▶ [Data for the task]
=== Section Start ===

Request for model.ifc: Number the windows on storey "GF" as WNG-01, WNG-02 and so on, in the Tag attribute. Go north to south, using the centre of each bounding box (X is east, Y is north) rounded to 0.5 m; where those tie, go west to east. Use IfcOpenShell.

First a look at what the model holds.

```python
import ifcopenshell
import ifcopenshell.util.element
import ifcopenshell.util.placement

model = ifcopenshell.open("model.ifc")
print(model.schema)
storey = next(s for s in model.by_type("IfcBuildingStorey") if s.Name == "GF")
windows = [e for e in ifcopenshell.util.element.get_decomposition(storey) if e.is_a("IfcWindow")]
for e in sorted(windows, key=lambda e: e.id()):
    origin = ifcopenshell.util.placement.get_local_placement(e.ObjectPlacement)[:3, 3]
    print(e.id(), e.Tag, e.Name, origin.round(2) + 0.0, sep=" | ")
```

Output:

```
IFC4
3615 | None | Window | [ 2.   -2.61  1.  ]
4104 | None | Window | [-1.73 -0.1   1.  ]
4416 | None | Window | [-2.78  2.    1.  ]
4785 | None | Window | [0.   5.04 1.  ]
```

```python
import ifcopenshell
import ifcopenshell.geom
import ifcopenshell.util.element
import ifcopenshell.util.shape

model = ifcopenshell.open("model.ifc")
settings = ifcopenshell.geom.settings()
settings.set("use-world-coords", True)


def centre(element):
    shape = ifcopenshell.geom.create_shape(settings, element)
    return ifcopenshell.util.shape.get_bbox_centroid(shape.geometry)


storey = next(s for s in model.by_type("IfcBuildingStorey") if s.Name == "GF")
windows = [e for e in ifcopenshell.util.element.get_decomposition(storey) if e.is_a("IfcWindow")]

# Insertion points can sit at a corner or the storey origin, so sort by the geometry (in metres).
centres = {e: centre(e) for e in windows}
windows.sort(key=lambda e: (-round(centres[e][1] / 0.5), centres[e][0]))

for i, e in enumerate(windows, start=1):
    number = f"WNG-{i:02d}"
    e.Tag = number
    print(e.id(), number)

model.write("model_rev.ifc")
```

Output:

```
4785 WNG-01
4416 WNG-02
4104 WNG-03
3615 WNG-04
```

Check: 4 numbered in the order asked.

=== Section End ===

If a line of the entries contains the string "None", it counts; report how many such lines there are, as a bare number.

▶ [Task solution] 4